Stories of the one-room schools in the region, many of which can still be found throughout the mid-Hudson, continue to be one of my favorite subjects when researching local history.  Some of these buildings are even more intriguing perhaps, for the lack of information that remains despite housing hundreds or even thousands of students over the years. A particular favorite of mine is the Lattintown Schoolhouse in the Town of Marlborough, which survived for more than a century, only to be lost to a winter storm in 2008.

Around 1840, what is believed to be the original Lattintown School (District No. 8) was constructed in the hamlet known as Lattingtown or Lattintown.  It was a one-room, grey structure, with a door facing the road. The school was just one facet of a busy hamlet that also contained “stores, wagon and blacksmith shops, a tannery and distillery, also two taverns, an undertaker, shoemaker, harness-maker, tailor and mechanics in early times,” according to C. M. Woolsey’s History of the Town of Marlborough, Ulster County, New York. The original school burned in the 1870s, and was replaced by a slightly larger building in 1877. Like many other early schoolhouses in the area, the “new” schoolhouse sat on land that had been deeded by a local family, in this case the Craft family of Lattintown, who owned property adjoining the school. 

Students in the Lattintown School learned their lessons while seated upon long wooden benches rather than in individual seats. Neighbors and school trustees would provide water and firewood for the school as well as room and board for many of the teachers.  Stories passed down about the school include the mention of a teacher’s desk that had a large door – rumor had it that students who misbehaved could be placed into the cubby as punishment.

A 1995 image of the Lattintown School, courtesy of the late town of Marlborough Historian Marylou Mahan

Under the guidance of the New York State Education Department, a number of improvements to the school were made in the early 1920s. New additions to the schoolhouse included the installation of a furnace, a ventilation system and seats that replaced the wooden benches. A well was also dug on the property, which relieved neighboring landowners from having to supply water for the school each morning. The school was also repainted in the bright red that had become a distinctive feature of rural schools.

Many early schoolhouses has separate entrances for boys and girls, but the Lattintown School boasted a slightly different system: a 1967 article in the Newburgh Evening News noted that early on the school only had a single door that was used primarily by the girls, while the boys would often make a “quick exit” out the “small, narrow windows.”

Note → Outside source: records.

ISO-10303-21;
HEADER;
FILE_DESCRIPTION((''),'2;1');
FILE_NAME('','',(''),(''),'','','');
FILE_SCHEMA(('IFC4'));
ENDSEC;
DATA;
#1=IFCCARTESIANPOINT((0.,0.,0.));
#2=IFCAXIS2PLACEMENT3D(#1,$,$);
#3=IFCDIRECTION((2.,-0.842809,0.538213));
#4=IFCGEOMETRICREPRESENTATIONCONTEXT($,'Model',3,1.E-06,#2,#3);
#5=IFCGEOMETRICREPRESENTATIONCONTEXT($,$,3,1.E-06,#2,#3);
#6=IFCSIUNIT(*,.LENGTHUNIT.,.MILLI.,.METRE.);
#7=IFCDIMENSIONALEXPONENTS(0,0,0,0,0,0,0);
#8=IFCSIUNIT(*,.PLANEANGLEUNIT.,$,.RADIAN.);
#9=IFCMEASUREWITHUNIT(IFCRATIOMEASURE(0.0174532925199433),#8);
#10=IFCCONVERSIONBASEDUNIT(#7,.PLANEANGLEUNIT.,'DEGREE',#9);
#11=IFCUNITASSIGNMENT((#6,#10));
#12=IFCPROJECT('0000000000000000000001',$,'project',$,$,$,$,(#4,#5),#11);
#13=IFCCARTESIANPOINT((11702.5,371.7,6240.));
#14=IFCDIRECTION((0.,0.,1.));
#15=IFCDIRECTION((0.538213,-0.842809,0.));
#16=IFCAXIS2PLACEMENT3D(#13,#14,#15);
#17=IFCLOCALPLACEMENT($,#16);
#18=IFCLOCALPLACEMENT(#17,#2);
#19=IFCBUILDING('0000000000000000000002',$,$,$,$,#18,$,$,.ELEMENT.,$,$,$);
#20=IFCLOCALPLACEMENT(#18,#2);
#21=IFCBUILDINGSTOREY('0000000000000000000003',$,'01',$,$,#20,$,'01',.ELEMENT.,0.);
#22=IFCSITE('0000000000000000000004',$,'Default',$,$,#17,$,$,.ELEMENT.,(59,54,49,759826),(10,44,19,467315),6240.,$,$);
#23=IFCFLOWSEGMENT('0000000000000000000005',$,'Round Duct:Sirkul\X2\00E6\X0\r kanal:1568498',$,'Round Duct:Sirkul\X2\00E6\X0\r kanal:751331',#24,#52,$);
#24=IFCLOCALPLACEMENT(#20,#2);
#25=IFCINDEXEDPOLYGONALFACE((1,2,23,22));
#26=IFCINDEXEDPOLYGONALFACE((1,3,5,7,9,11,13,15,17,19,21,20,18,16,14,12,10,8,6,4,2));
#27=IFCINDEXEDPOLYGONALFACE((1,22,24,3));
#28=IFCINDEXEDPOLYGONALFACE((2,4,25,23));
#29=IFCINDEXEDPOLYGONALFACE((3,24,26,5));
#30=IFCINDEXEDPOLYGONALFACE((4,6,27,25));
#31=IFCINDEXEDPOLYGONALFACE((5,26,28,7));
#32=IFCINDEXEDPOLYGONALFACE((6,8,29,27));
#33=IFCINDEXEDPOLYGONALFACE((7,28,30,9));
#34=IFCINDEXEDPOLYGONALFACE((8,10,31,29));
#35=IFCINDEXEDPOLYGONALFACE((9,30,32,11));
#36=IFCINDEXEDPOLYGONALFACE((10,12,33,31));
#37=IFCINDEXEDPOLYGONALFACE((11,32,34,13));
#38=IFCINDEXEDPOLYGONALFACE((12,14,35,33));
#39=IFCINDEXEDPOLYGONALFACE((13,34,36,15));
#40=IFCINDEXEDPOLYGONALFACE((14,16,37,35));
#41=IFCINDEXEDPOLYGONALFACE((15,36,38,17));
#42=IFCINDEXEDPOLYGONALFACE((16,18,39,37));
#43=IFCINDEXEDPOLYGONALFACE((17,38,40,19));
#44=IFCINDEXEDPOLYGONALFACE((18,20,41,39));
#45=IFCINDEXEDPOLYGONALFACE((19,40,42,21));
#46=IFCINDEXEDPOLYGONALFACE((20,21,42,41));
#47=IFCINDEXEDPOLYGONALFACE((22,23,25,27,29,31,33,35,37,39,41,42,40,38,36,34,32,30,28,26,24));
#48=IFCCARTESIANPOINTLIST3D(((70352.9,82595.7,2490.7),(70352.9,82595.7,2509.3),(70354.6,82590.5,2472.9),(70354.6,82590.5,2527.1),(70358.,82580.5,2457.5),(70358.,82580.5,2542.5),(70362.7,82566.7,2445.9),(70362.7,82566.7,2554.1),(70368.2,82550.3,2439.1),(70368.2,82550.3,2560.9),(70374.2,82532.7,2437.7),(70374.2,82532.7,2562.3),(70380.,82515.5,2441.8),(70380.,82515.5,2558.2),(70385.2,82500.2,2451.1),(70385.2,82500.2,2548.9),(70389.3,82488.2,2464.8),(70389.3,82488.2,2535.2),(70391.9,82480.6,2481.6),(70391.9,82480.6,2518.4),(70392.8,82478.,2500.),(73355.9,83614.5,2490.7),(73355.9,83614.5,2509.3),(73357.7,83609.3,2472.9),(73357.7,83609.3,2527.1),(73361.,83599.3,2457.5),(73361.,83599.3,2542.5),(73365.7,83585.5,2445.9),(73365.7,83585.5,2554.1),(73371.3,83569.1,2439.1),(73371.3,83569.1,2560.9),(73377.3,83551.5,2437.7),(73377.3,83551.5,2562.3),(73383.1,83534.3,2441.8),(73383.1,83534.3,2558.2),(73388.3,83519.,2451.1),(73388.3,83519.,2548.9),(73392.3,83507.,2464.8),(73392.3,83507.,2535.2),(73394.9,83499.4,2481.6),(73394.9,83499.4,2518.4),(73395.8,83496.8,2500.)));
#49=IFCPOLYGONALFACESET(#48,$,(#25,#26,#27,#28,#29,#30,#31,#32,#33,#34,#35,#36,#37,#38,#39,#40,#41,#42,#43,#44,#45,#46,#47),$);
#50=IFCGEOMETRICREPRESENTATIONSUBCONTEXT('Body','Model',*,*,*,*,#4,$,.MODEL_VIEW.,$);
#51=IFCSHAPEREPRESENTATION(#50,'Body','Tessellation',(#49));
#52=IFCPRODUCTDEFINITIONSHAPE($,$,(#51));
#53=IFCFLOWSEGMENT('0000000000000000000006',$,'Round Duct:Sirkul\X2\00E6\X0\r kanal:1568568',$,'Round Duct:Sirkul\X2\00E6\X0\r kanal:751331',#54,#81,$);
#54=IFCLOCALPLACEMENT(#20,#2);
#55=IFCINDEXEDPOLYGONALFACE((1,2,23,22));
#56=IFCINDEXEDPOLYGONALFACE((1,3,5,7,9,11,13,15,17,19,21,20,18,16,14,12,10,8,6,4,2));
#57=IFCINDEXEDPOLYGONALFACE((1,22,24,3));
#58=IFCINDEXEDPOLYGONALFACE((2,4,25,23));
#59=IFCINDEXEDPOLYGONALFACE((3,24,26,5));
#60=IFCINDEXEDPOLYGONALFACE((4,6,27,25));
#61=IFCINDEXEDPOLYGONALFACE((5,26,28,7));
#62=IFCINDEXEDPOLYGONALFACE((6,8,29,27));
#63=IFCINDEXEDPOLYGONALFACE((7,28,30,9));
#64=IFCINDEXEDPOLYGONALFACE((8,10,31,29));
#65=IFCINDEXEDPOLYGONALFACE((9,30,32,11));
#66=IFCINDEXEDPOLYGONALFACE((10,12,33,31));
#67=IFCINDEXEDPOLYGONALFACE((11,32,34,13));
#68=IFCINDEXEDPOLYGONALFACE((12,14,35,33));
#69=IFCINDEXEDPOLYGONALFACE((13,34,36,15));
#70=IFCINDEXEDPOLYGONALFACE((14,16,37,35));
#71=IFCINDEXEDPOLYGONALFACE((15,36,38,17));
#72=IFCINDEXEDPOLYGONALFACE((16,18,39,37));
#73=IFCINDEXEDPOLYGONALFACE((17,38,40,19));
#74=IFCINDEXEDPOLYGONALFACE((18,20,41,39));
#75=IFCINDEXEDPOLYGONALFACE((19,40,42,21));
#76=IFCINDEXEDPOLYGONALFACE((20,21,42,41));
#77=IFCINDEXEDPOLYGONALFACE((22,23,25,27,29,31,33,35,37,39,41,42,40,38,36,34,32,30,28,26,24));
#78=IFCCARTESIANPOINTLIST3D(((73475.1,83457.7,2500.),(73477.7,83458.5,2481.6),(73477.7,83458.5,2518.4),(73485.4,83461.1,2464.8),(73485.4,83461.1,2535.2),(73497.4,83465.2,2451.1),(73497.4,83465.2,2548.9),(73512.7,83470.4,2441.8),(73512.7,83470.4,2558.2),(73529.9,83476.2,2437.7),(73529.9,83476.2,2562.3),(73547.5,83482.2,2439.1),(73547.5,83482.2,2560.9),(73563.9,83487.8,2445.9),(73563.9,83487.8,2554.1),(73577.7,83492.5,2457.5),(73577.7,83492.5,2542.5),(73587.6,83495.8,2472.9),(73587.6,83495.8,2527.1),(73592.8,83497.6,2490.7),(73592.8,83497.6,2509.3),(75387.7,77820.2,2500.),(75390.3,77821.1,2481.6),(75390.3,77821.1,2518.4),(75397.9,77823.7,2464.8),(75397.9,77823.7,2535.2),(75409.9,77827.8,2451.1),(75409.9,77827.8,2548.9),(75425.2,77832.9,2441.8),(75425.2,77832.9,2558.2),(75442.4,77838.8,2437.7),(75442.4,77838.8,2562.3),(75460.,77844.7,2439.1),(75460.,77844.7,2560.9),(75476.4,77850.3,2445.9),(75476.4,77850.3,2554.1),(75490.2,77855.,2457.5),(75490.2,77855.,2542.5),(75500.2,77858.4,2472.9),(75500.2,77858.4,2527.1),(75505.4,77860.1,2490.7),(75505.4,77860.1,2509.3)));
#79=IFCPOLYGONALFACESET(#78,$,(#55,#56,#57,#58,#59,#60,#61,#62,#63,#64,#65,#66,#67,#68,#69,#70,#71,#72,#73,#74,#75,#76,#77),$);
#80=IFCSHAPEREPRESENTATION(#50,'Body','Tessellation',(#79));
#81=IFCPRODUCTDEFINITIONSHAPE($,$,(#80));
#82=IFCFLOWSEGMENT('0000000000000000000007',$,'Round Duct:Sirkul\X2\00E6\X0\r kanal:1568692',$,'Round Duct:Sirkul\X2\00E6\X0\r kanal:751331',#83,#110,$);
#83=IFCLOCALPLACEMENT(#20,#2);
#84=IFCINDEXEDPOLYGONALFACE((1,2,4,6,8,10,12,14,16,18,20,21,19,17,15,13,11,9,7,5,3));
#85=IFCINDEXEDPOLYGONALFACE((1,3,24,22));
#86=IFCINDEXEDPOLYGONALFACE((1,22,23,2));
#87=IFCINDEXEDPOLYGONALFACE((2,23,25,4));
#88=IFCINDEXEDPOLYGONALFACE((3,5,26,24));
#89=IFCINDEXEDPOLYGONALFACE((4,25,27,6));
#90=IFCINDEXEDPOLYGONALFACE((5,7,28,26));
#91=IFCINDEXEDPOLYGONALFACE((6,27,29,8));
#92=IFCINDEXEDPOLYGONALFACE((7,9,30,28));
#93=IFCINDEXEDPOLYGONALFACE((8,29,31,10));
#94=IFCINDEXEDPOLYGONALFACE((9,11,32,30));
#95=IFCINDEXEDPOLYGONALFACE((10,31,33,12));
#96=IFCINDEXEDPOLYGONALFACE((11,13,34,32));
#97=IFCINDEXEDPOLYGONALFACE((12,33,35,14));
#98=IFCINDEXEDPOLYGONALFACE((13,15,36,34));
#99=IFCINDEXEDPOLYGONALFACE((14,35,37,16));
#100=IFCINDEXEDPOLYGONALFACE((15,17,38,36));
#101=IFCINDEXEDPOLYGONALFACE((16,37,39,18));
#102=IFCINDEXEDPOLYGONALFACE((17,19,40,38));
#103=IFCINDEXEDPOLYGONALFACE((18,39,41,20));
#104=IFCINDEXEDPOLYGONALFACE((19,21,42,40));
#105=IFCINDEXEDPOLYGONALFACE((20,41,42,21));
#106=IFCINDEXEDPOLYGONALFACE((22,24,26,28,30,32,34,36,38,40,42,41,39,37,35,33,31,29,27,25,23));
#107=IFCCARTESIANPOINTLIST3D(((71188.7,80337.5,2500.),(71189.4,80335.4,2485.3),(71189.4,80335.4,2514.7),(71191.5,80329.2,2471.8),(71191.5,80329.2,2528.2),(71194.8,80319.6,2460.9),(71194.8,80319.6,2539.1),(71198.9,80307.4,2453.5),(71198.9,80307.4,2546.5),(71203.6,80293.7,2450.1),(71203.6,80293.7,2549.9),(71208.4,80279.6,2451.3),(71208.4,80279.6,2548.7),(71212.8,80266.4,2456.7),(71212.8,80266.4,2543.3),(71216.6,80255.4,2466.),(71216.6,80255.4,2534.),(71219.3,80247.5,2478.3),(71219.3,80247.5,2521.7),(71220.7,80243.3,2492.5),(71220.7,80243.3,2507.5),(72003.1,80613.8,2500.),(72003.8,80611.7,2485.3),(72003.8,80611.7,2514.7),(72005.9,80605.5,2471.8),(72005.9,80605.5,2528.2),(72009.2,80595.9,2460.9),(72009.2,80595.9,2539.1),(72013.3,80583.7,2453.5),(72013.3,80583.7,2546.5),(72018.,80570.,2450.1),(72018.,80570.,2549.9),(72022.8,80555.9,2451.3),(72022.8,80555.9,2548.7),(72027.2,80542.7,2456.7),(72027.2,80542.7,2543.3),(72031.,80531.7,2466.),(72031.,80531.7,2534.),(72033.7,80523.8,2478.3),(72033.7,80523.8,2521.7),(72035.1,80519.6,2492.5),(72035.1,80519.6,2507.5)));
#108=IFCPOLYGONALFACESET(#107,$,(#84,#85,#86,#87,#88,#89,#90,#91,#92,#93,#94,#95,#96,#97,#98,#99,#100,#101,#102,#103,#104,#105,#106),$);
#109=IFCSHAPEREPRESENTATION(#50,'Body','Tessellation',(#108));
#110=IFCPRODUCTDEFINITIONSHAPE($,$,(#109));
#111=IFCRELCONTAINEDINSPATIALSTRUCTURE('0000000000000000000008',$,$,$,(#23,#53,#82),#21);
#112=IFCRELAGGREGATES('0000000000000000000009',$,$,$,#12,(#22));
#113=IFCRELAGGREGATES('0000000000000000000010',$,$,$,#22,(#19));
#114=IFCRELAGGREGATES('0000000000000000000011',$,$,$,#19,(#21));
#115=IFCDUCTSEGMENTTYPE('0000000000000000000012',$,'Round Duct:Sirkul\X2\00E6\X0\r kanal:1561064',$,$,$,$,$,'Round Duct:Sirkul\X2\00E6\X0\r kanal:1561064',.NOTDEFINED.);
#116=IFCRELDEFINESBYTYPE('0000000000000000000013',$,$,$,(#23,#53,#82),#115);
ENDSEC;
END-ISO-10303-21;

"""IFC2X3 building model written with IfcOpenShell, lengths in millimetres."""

from ifc_helpers import new_model, entity, si_unit, converted_unit, direction, frame, frame_2d, origin, origin_2d_with_axis, place, context, subcontext, project, spatial, circle, extrude, type_object, element, save


model = new_model("IFC2X3")

# Units and contexts
model_context = context("Model", 3, precision=1e-06, world=origin(), true_north=direction((2.0, -0.842809, 0.538213)))
context_of_model = context(None, 3, precision=1e-06, world=origin(), true_north=direction((2.0, -0.842809, 0.538213)))
body_context = subcontext(model_context, "Body", "Model", "MODEL_VIEW")
ifc_project = project(units=[si_unit("LENGTHUNIT", "METRE", prefix="MILLI"), converted_unit("PLANEANGLEUNIT", "DEGREE", entity("IfcRatioMeasure", 0.0174532925199433), si_unit("PLANEANGLEUNIT", "RADIAN"), dimensions=[0, 0, 0, 0, 0, 0, 0])], contexts=[model_context, context_of_model])

# Site, building, storey
site_placement = place(None, frame((11702.5, 371.7, 6240.0), z_axis=(0.0, 0.0, 1.0), x_axis=(0.538213, -0.842809, 0.0)))
site = spatial("IfcSite", under=ifc_project, at=site_placement, Name="Default", CompositionType="ELEMENT", RefLatitude=(59, 54, 49, 759826), RefLongitude=(10, 44, 19, 467315), RefElevation=6240.0)
building_placement = place(site_placement, origin())
building = spatial("IfcBuilding", under=site, at=building_placement, CompositionType="ELEMENT")
storey_placement = place(building_placement, origin())
storey = spatial("IfcBuildingStorey", under=building, at=storey_placement, Name="01", LongName="01", CompositionType="ELEMENT", Elevation=0.0)

# Flow segments
duct_segment_type = type_object("IfcDuctSegmentType", Name="Round Duct:Sirkulær kanal:1561064", ElementType="Round Duct:Sirkulær kanal:1561064", PredefinedType="NOTDEFINED")
flow_segment_1_placement = place(storey_placement, origin())
element("IfcFlowSegment", 1, at=flow_segment_1_placement, inside=storey, type_object=duct_segment_type, Name="Round Duct:Sirkulær kanal:1568498", ObjectType="Round Duct:Sirkulær kanal:751331", context=body_context, shape_type="SweptSolid", body=[
    extrude(circle(Radius=62.5, at=origin_2d_with_axis()), frame((70372.7, 82537.1, 2500.0), z_axis=(0.946986, 0.321274, 0.0), x_axis=(0.321274, -0.946986, 0.0)), (0.0, 0.0, 1.0), 3171.2),
])
flow_segment_2_placement = place(storey_placement, origin())
element("IfcFlowSegment", 2, at=flow_segment_2_placement, inside=storey, type_object=duct_segment_type, Name="Round Duct:Sirkulær kanal:1568568", ObjectType="Round Duct:Sirkulær kanal:751331", context=body_context, shape_type="SweptSolid", body=[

With centralization of rural school districts in the 1930s and 1940s came the closure of many of the one-room schools, including the Lattintown School.  The building remained in use by various groups, including the Lattingtown Gun Club, but in its later years was primarily used for storage.  Attempts were made by the Marlborough Historical Society and the Marlboro Central School District to save the building for the purpose of a museum or an educational site.

Mother Nature, however, had different plans and on Christmas Eve of 2008 a heavy storm with snow and ice caused irreparable damage to the building. The roof caved in, and subsequent inspections by engineers showed extreme damage to the aged foundation and walls.

The building was subsequently razed, and the lot along Lattintown Road now stands vacant. Memories of the Lattintown School are fading and few pictures and documents remain; the hamlet itself is now primarily residential and the businesses that once thrived in the area are long gone.

I recently came across one document, written in 1995, that captured my attention and prompted me to start exploring the history of the school. My grandmother, who grew up next door to the Lattingtown School and attended school there along with her siblings, recorded her most vivid memory of the school, circa 1920:

Mary Rose Albano (author’s great-grandmother) using a wash line strung from her property to the Lattintown School c. 1920

When I was quite young and in the third or fourth grade, we had a teacher by the name of Mrs. Manion. She had about fifty pupils in a one room schoolhouse. I can’t remember what I said or did but she kept me in and let all the other kids go outside during recess. She yelled at me for whatever reason and then told me to go outside. When my brother Vincent asked me why she kept me in I told him in Italian as I didn’t want the other kids to hear. Suddenly Mrs. Manion opened the window and as both Vincent and I looked up she said while pointing her finger at me, “Stop telling your brother all those lies, I understood everything you said to him.” Needless to say – gullible me – I believed her. It was a year or so later that I realized she didn’t understand Italian!

Although the Lattintown Schoolhouse is gone, this short piece, written as part of a larger story about her extended family, captures a moment in time from the perspective of a student at the one-room school and helps keep the memory of the school alive. It’s my hope to capture as many of these types of stories as possible about the region’s schools as possible, before they – and the schools themselves- are simply lost to time.       

The Lattintown School in 2009, shortly before being removed from the site. Photograph by Libbie Werlau.